Rappelons pour mémoire que Courbet séjourna à Montpellier à deux reprises, en 1854 et 1857, à l’invitation de son ami et mécène Alfred Bruyas. De ces séjours, témoignent des toiles dont la plus célèbre reste sans doute Bonjour Monsieur Courbet (encore intitulée La Rencontre). Sa correspondance apporte d’autres informations : en septembre 1854, il écrit à sa sœur Zoé qu’il se remet à peine du choléra – l’épidémie s’était répandue dans plusieurs régions de France – mais dans une autre lettre, à son ami Max Buchon, il évoque aussi des tourments bien différents, ses « amours » tumultueuses avec plusieurs pensionnaires d’un bordel local… Ses relations avec Alfred Bruyas sont, à l’époque, au beau fixe et l’on sent une réelle complicité entre les deux hommes :
« La peinture que je lui ai faite fait le plus grand effet ici et ses compatriotes en crèvent de jalousie. Je lui ai fait le plaisir de refuser toutes les commandes qui m’ont été faites afin qu’il soit le seul qui ait ma peinture. »
On parle beaucoup d’une brouille qui intervint dans leur relation lors du second séjour du peintre. Elle eut bien lieu, mais la lettre très aimable qu’il adressa au collectionneur au moment de quitter Montpellier permet d’en relativiser la gravité. Si l’on excepte Ornans, ville natale de Courbet, nulle autre cité en France ne pouvait donc mieux convenir pour un hommage à cet artiste majeur.
Par ailleurs, il faut souligner que le musée Fabre, entièrement rénové, offre depuis février 2007 un espace culturel exceptionnel, abritant une collection permanente de qualité (notamment un très bel ensemble de toiles de Pierre Soulages) et apte à recevoir des expositions temporaires aussi importantes que celle dédiée au maître-peintre d’Ornans. Car ce ne sont pas moins de 116 œuvres provenant des collections publiques et privées du monde entier, accompagnées d’une quarantaine de photographies, qui sont présentées depuis le 14 juin ; une telle réunion n’avait plus eu lieu depuis la rétrospective de 1977.
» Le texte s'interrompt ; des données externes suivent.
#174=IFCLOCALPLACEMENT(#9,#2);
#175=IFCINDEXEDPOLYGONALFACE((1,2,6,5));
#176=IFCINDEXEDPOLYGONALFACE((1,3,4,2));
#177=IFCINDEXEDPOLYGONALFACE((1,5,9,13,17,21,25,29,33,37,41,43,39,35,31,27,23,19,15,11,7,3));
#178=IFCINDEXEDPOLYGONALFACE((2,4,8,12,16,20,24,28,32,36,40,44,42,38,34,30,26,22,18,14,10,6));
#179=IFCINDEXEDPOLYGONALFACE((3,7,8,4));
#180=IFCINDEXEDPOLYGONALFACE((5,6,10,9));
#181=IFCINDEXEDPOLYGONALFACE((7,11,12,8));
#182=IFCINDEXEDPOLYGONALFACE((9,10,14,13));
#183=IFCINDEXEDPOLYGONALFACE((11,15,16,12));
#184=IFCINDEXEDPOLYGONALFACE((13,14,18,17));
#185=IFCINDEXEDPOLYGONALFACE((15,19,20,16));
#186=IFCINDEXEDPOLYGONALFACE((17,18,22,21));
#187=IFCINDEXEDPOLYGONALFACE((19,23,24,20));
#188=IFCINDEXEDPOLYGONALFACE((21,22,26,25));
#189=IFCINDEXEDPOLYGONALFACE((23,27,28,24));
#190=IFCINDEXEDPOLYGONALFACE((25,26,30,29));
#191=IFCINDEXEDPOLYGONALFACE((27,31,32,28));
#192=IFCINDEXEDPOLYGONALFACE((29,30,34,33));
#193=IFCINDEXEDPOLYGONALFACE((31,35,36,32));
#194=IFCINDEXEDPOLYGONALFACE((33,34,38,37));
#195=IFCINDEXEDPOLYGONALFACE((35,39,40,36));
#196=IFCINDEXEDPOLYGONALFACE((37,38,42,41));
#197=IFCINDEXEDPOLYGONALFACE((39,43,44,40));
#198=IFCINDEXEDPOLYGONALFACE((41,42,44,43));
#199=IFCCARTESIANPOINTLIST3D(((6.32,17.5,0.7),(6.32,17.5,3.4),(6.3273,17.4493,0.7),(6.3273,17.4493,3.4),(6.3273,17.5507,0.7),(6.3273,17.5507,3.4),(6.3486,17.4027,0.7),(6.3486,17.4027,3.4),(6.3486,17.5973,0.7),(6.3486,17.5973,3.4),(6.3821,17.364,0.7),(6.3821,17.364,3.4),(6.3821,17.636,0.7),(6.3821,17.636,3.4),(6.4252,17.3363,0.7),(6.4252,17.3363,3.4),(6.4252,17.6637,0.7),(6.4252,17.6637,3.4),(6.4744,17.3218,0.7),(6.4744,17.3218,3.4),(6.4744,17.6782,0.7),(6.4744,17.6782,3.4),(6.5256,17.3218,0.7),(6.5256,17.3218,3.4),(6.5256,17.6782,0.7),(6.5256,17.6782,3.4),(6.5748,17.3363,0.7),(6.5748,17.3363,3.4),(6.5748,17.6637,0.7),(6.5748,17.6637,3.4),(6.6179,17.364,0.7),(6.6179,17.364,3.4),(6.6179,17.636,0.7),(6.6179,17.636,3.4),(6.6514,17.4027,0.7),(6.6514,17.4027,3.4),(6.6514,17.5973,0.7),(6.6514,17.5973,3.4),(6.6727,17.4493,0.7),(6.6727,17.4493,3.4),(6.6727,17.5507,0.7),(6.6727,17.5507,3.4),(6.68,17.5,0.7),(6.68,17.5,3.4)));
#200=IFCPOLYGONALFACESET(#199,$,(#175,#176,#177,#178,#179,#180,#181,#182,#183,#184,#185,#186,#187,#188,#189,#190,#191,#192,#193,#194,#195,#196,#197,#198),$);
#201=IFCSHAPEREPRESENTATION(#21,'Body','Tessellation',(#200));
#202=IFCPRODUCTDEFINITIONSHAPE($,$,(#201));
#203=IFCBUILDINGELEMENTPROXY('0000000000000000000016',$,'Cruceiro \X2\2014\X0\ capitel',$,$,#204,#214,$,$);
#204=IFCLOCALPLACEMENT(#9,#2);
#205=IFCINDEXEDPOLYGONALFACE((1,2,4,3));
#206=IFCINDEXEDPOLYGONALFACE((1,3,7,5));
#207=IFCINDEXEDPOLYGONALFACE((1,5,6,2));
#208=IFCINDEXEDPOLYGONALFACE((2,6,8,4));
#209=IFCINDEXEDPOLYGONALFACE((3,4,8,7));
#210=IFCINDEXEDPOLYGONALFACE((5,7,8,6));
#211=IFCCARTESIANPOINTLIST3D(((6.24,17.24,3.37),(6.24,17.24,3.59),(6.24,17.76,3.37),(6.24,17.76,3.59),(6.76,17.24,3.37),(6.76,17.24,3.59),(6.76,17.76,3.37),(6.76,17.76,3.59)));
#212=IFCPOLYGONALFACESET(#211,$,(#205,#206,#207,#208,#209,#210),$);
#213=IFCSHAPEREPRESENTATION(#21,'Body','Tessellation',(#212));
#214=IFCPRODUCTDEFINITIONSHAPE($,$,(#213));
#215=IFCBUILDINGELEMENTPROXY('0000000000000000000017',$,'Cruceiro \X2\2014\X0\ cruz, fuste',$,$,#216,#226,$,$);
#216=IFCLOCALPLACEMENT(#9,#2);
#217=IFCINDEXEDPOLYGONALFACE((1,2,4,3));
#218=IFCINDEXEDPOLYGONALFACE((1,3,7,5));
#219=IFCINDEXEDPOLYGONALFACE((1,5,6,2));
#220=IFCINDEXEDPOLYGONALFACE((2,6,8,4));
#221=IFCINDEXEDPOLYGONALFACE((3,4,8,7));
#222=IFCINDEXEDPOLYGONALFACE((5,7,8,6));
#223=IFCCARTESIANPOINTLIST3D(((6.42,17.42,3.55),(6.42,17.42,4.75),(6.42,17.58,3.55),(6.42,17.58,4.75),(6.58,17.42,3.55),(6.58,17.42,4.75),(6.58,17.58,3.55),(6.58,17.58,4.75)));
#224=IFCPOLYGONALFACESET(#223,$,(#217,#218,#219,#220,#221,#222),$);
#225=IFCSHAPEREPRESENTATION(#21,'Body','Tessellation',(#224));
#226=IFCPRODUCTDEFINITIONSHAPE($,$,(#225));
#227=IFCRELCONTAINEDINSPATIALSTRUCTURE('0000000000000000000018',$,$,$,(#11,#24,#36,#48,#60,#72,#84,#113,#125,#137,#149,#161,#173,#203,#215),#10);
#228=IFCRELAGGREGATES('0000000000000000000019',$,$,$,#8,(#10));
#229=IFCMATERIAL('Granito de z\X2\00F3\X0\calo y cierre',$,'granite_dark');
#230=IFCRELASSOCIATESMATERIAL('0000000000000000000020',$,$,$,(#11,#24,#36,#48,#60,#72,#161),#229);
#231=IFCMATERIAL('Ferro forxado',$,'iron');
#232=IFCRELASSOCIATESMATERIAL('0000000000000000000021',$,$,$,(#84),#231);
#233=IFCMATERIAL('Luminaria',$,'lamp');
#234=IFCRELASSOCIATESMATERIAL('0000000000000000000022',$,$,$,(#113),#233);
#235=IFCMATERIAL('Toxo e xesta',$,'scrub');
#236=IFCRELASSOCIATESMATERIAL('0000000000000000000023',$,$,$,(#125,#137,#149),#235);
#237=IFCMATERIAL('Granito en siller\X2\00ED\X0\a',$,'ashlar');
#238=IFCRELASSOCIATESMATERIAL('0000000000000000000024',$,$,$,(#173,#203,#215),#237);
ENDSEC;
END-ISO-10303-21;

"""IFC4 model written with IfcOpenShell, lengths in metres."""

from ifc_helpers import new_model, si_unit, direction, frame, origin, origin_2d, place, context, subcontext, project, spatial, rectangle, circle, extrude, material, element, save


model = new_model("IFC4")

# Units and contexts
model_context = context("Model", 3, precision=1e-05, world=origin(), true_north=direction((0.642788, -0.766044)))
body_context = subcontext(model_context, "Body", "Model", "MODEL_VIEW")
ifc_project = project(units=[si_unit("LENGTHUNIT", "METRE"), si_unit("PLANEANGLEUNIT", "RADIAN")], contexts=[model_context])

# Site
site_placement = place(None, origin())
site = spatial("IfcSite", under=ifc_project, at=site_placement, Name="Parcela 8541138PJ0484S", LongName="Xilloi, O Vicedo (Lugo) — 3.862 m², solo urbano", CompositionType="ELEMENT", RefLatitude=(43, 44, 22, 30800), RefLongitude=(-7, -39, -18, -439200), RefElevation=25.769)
Les amateurs qui avaient eu l’occasion de se rendre à l’exposition du Grand Palais qui ferma ses portes en février 2008 (480.000 visiteurs) n’auront pas l’impression d’une redite. En effet, les responsables du musée Fabre ont choisi un parcours muséographique différent, organisé chronologiquement autour de thèmes précis (les débuts, la bohème parisienne, la rupture, etc.) et de lieux chers à l’artiste (paysages de Franche-Comté, le Languedoc, paysages de mer). Si, pour des contraintes techniques, en raison de leurs dimensions, Un Enterrement à Ornans et L’Atelier ne font pas partie de l’exposition, on pourra en revanche voir un ensemble de 16 tableaux qui font du musée montpelliérain la troisième collection de peintures de Courbet dans le monde.
On retrouvera en outre la plupart des œuvres les plus emblématiques du peintre, plusieurs autoportraits, dont L’Homme blessé, Les Baigneuses de 1853 (qui furent acquises par Alfred Bruyas en dépit du scandale qu’elles suscitèrent), Jo la belle irlandaise, La Femme à la vague, etc. Les paysages languedociens frappent par leur facture : le peintre, habitué à la pénombre des sous-bois de sa Franche-Comté natale comme, plus tard, des rivages tumultueux de la Normandie, capte avec une parfaite maîtrise la lumière si particulière du Midi. L’Origine du monde, remarquablement accrochée au Grand Palais entre ses deux caches successifs (Le Château de Blonay de Courbet et la Terre érotique d’André Masson) avait été, à New York, « séquestrée dans un espace étroit avec d’autres images de nus », comme l’avait noté le New York Times. Lors d’une exposition au musée de Brooklyn en 1988, le tableau n’avait pas fait l’objet d’un tel ostracisme ; comme je l’avais noté dans l’essai que j’ai récemment publié sur L’Origine du monde, le puritanisme américain se fait de plus en plus pesant et l’Art reste l’une de ses victimes favorites. A Montpellier, la toile est accrochée en pleine lumière à côté du Sommeil, réunion judicieuse, puisque les deux œuvres étaient entrées ensemble dans la collection du diplomate Khalil-Bey en 1866.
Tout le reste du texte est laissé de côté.